[Saved entries]
+++

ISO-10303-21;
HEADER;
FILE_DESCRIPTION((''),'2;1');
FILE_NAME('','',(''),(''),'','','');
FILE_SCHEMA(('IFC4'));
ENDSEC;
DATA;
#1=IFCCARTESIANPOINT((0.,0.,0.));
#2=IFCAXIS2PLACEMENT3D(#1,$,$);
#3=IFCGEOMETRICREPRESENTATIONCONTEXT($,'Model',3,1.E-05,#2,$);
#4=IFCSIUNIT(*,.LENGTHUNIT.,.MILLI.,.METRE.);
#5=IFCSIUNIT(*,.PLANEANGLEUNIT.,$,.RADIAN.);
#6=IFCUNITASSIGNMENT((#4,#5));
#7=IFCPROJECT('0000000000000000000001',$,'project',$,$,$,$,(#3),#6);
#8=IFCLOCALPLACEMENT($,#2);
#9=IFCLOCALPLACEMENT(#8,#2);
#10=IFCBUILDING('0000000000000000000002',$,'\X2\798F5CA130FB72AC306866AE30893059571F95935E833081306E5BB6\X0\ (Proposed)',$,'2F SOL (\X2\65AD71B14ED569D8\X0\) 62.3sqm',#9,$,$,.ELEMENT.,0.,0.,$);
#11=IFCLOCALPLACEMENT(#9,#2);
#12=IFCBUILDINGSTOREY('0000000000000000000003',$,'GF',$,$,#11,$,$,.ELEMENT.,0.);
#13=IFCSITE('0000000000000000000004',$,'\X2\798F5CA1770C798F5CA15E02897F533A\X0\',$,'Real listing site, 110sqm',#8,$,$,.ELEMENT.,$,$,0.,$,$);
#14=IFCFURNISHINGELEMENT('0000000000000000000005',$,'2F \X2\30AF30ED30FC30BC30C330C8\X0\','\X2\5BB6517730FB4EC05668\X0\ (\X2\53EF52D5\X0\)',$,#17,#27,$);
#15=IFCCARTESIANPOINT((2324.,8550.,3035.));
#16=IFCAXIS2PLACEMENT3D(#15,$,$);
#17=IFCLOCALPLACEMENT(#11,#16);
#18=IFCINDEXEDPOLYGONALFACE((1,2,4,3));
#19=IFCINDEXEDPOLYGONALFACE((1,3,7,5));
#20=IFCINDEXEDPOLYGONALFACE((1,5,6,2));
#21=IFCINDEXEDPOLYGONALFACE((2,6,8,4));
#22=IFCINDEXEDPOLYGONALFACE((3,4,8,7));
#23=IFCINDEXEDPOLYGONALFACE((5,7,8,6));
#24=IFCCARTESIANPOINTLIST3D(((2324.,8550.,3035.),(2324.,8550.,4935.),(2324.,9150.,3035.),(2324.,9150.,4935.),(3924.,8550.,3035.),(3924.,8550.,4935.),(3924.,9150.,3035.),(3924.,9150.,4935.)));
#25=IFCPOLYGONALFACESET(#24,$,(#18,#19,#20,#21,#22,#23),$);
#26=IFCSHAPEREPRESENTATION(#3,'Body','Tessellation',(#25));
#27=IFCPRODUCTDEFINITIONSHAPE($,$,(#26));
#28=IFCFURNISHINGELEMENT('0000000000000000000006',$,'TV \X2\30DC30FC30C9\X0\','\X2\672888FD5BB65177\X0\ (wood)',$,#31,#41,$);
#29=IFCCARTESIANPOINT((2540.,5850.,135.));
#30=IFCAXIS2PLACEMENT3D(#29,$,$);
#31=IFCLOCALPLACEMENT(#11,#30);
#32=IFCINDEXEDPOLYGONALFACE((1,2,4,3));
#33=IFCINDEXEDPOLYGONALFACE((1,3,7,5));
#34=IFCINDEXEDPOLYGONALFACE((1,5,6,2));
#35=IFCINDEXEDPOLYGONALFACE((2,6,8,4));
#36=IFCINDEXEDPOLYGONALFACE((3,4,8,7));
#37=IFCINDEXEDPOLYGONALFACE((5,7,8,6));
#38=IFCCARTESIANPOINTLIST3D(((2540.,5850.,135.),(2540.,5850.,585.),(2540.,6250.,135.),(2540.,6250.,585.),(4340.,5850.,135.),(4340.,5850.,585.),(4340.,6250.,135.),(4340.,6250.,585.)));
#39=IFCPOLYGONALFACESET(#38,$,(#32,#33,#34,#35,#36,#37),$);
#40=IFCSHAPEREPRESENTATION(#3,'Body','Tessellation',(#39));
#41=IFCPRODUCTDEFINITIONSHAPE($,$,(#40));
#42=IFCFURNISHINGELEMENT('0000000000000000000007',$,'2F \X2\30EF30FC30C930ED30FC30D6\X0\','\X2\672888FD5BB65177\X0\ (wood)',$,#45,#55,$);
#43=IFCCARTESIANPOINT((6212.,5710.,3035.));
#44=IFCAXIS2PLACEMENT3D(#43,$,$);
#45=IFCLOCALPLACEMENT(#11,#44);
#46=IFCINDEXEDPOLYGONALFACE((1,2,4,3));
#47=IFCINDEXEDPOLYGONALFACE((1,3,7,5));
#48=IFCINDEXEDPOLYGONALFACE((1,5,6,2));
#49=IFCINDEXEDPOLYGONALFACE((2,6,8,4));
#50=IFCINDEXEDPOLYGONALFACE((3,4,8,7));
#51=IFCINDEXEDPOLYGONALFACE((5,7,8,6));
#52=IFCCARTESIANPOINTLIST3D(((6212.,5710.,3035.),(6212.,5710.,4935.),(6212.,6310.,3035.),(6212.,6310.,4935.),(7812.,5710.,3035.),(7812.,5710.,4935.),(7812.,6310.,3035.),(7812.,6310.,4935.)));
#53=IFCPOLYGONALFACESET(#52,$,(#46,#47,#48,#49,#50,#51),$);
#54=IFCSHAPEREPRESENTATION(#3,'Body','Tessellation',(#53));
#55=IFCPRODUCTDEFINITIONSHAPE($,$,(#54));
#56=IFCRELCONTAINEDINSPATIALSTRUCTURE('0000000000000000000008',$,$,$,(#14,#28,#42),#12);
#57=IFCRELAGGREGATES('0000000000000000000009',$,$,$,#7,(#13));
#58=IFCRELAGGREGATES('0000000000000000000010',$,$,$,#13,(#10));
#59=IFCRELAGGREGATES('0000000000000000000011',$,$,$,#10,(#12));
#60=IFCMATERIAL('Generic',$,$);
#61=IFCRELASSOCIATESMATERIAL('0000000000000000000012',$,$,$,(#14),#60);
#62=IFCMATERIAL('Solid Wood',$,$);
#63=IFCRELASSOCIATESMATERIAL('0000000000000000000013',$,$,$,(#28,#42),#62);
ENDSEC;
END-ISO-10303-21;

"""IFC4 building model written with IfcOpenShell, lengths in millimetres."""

from ifc_helpers import new_model, si_unit, frame, frame_2d, origin, place, context, project, spatial, rectangle, extrude, material, element, save


model = new_model("IFC4")

# Units and contexts
model_context = context("Model", 3, precision=1e-05, world=origin())
ifc_project = project(units=[si_unit("LENGTHUNIT", "METRE", prefix="MILLI"), si_unit("PLANEANGLEUNIT", "RADIAN")], contexts=[model_context])

# Site, building, storey
site_placement = place(None, origin())
site = spatial("IfcSite", under=ifc_project, at=site_placement, Name="福岡県福岡市西区", ObjectType="Real listing site, 110sqm", CompositionType="ELEMENT", RefElevation=0.0)
building_placement = place(site_placement, origin())
building = spatial("IfcBuilding", under=site, at=building_placement, Name="福岡・犬と暮らす土間広めの家 (Proposed)", ObjectType="2F SOL (断熱仕様) 62.3sqm", CompositionType="ELEMENT", ElevationOfRefHeight=0.0, ElevationOfTerrain=0.0)
storey_placement = place(building_placement, origin())
storey = spatial("IfcBuildingStorey", under=building, at=storey_placement, Name="GF", CompositionType="ELEMENT", Elevation=0.0)

# Shared definitions
ifc_material_1 = material(Name="Solid Wood")

# Shared definitions
ifc_material_2 = material(Name="Generic")

# Furnishing elements
furnishing_1_placement = place(storey_placement, frame((2324.0, 8550.0, 3035.0)))
element("IfcFurnishingElement", 1, at=furnishing_1_placement, inside=storey, material=ifc_material_2, Name="2F クローゼット", Description="家具・什器 (可動)", context=model_context, shape_type="SweptSolid", body=[
    extrude(rectangle(XDim=1600.0, YDim=600.0, at=frame_2d((800.0, 300.0))), frame((2324.0, 8550.0, 3035.0)), (0.0, 0.0, 1.0), 1900.0),
])
furnishing_2_placement = place(storey_placement, frame((2540.0, 5850.0, 135.0)))
element("IfcFurnishingElement", 2, at=furnishing_2_placement, inside=storey, material=ifc_material_1, Name="TV ボード", Description="木製家具 (wood)", context=model_context, shape_type="SweptSolid", body=[
    extrude(rectangle(XDim=1800.0, YDim=400.0, at=frame_2d((900.0, 200.0))), frame((2540.0, 5850.0, 135.0)), (0.0, 0.0, 1.0), 450.0),
])
furnishing_3_placement = place(storey_placement, frame((6212.0, 5710.0, 3035.0)))
element("IfcFurnishingElement", 3, at=furnishing_3_placement, inside=storey, material=ifc_material_1, Name="2F ワードローブ", Description="木製家具 (wood)", context=model_context, shape_type="SweptSolid", body=[
    extrude(rectangle(XDim=1600.0, YDim=600.0, at=frame_2d((800.0, 300.0))), frame((6212.0, 5710.0, 3035.0)), (0.0, 0.0, 1.0), 1900.0),
])

save(model, "model.ifc")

+++

Which lines above run from the one containing "#8=IFCLOCALPLACEMENT($,#2);" down to the one containing "#25=IFCPOLYGONALFACESET(#24,$,(#18,#19,#20,#21,#22,#23),$);"? Repeat exactly those, both ends included, and nothing else.

▶ Response area:
#8=IFCLOCALPLACEMENT($,#2);
#9=IFCLOCALPLACEMENT(#8,#2);
#10=IFCBUILDING('0000000000000000000002',$,'\X2\798F5CA130FB72AC306866AE30893059571F95935E833081306E5BB6\X0\ (Proposed)',$,'2F SOL (\X2\65AD71B14ED569D8\X0\) 62.3sqm',#9,$,$,.ELEMENT.,0.,0.,$);
#11=IFCLOCALPLACEMENT(#9,#2);
#12=IFCBUILDINGSTOREY('0000000000000000000003',$,'GF',$,$,#11,$,$,.ELEMENT.,0.);
#13=IFCSITE('0000000000000000000004',$,'\X2\798F5CA1770C798F5CA15E02897F533A\X0\',$,'Real listing site, 110sqm',#8,$,$,.ELEMENT.,$,$,0.,$,$);
#14=IFCFURNISHINGELEMENT('0000000000000000000005',$,'2F \X2\30AF30ED30FC30BC30C330C8\X0\','\X2\5BB6517730FB4EC05668\X0\ (\X2\53EF52D5\X0\)',$,#17,#27,$);
#15=IFCCARTESIANPOINT((2324.,8550.,3035.));
#16=IFCAXIS2PLACEMENT3D(#15,$,$);
#17=IFCLOCALPLACEMENT(#11,#16);
#18=IFCINDEXEDPOLYGONALFACE((1,2,4,3));
#19=IFCINDEXEDPOLYGONALFACE((1,3,7,5));
#20=IFCINDEXEDPOLYGONALFACE((1,5,6,2));
#21=IFCINDEXEDPOLYGONALFACE((2,6,8,4));
#22=IFCINDEXEDPOLYGONALFACE((3,4,8,7));
#23=IFCINDEXEDPOLYGONALFACE((5,7,8,6));
#24=IFCCARTESIANPOINTLIST3D(((2324.,8550.,3035.),(2324.,8550.,4935.),(2324.,9150.,3035.),(2324.,9150.,4935.),(3924.,8550.,3035.),(3924.,8550.,4935.),(3924.,9150.,3035.),(3924.,9150.,4935.)));
#25=IFCPOLYGONALFACESET(#24,$,(#18,#19,#20,#21,#22,#23),$);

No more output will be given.